### [What you are asked to do]
Take the entries that follow and return exactly the lines from the one holding "#58=IFCPOLYGONALFACESET(#57,$,(#51,#52,#53,#54,#55,#56),$);" through the one holding "#75=IFCINDEXEDPOLYGONALFACE((1,2,4,3));", both included. Nothing else is needed.

Records from a data source:

-.-.-

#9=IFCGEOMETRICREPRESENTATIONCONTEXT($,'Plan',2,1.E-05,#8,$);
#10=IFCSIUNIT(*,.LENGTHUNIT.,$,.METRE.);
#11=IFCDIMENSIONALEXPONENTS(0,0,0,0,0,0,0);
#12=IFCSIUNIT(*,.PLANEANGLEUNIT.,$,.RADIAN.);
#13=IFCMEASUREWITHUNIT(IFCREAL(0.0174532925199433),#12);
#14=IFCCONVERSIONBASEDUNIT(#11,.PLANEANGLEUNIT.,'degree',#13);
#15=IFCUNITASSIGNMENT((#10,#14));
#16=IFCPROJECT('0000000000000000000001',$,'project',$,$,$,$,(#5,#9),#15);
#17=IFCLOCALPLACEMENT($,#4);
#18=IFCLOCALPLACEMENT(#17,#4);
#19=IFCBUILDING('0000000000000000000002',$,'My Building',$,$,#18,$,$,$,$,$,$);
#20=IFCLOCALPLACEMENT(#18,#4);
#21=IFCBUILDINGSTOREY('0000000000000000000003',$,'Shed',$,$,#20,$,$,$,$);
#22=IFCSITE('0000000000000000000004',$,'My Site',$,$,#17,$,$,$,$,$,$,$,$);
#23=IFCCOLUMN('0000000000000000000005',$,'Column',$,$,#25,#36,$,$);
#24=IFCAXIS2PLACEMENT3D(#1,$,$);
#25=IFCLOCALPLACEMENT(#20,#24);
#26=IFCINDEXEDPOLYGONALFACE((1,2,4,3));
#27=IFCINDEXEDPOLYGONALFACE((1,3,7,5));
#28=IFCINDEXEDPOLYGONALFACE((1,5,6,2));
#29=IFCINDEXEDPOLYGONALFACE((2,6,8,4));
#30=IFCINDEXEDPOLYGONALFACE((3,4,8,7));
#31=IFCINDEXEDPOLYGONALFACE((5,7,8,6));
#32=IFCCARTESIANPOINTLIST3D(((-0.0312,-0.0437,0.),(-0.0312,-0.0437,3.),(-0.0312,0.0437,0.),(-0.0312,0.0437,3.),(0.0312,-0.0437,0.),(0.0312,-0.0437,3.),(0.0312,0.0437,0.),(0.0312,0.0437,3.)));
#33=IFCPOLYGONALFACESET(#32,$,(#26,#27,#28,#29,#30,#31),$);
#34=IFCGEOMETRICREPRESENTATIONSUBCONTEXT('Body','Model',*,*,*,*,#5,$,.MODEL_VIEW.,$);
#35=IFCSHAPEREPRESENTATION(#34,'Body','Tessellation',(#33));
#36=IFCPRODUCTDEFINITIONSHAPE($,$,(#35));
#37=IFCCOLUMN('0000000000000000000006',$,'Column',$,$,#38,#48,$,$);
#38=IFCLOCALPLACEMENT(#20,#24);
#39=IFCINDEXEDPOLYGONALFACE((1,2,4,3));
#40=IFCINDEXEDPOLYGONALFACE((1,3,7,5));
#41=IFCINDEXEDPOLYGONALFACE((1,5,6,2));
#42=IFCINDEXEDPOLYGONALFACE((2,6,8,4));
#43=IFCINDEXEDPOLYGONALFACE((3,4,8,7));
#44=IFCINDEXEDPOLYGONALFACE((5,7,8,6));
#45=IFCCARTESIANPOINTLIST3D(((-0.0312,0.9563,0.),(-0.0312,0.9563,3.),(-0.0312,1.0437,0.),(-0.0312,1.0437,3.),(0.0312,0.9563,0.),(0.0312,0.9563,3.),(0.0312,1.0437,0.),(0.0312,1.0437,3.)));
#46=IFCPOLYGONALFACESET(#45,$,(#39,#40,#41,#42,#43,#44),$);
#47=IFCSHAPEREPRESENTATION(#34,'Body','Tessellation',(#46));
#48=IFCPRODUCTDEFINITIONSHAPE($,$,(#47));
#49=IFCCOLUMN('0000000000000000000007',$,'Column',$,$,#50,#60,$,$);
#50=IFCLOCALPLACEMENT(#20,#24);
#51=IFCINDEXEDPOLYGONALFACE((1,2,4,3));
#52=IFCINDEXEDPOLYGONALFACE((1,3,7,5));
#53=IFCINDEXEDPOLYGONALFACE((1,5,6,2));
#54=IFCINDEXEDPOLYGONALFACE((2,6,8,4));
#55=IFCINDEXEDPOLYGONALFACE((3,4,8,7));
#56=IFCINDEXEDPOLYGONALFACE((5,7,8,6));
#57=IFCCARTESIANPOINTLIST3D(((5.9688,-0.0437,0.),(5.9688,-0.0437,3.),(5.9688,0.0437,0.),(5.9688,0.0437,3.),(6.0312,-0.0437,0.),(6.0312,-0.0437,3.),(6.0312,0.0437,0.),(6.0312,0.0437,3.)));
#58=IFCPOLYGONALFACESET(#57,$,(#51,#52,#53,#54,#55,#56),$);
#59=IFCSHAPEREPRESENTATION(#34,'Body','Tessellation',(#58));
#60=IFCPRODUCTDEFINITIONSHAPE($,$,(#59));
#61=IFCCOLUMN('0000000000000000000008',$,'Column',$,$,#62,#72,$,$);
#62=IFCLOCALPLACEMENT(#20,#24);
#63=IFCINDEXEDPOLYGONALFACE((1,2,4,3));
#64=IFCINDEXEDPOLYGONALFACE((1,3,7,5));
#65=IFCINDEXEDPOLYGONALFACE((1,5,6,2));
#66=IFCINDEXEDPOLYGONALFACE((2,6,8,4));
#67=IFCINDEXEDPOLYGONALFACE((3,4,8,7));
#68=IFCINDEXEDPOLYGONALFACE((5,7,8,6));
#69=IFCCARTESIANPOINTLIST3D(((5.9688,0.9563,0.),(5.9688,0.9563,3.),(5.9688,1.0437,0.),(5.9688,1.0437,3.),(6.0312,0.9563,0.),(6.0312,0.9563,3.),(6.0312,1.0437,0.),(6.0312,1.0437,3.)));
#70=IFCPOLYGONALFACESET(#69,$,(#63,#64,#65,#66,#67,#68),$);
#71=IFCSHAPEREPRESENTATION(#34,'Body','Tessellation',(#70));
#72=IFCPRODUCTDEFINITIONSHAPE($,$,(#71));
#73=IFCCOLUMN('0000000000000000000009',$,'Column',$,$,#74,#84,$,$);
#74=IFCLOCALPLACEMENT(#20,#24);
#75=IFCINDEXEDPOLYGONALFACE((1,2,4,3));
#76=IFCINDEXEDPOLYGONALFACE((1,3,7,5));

-.-.-

### [Solution to this task]
#58=IFCPOLYGONALFACESET(#57,$,(#51,#52,#53,#54,#55,#56),$);
#59=IFCSHAPEREPRESENTATION(#34,'Body','Tessellation',(#58));
#60=IFCPRODUCTDEFINITIONSHAPE($,$,(#59));
#61=IFCCOLUMN('0000000000000000000008',$,'Column',$,$,#62,#72,$,$);
#62=IFCLOCALPLACEMENT(#20,#24);
#63=IFCINDEXEDPOLYGONALFACE((1,2,4,3));
#64=IFCINDEXEDPOLYGONALFACE((1,3,7,5));
#65=IFCINDEXEDPOLYGONALFACE((1,5,6,2));
#66=IFCINDEXEDPOLYGONALFACE((2,6,8,4));
#67=IFCINDEXEDPOLYGONALFACE((3,4,8,7));
#68=IFCINDEXEDPOLYGONALFACE((5,7,8,6));
#69=IFCCARTESIANPOINTLIST3D(((5.9688,0.9563,0.),(5.9688,0.9563,3.),(5.9688,1.0437,0.),(5.9688,1.0437,3.),(6.0312,0.9563,0.),(6.0312,0.9563,3.),(6.0312,1.0437,0.),(6.0312,1.0437,3.)));
#70=IFCPOLYGONALFACESET(#69,$,(#63,#64,#65,#66,#67,#68),$);
#71=IFCSHAPEREPRESENTATION(#34,'Body','Tessellation',(#70));
#72=IFCPRODUCTDEFINITIONSHAPE($,$,(#71));
#73=IFCCOLUMN('0000000000000000000009',$,'Column',$,$,#74,#84,$,$);
#74=IFCLOCALPLACEMENT(#20,#24);
#75=IFCINDEXEDPOLYGONALFACE((1,2,4,3));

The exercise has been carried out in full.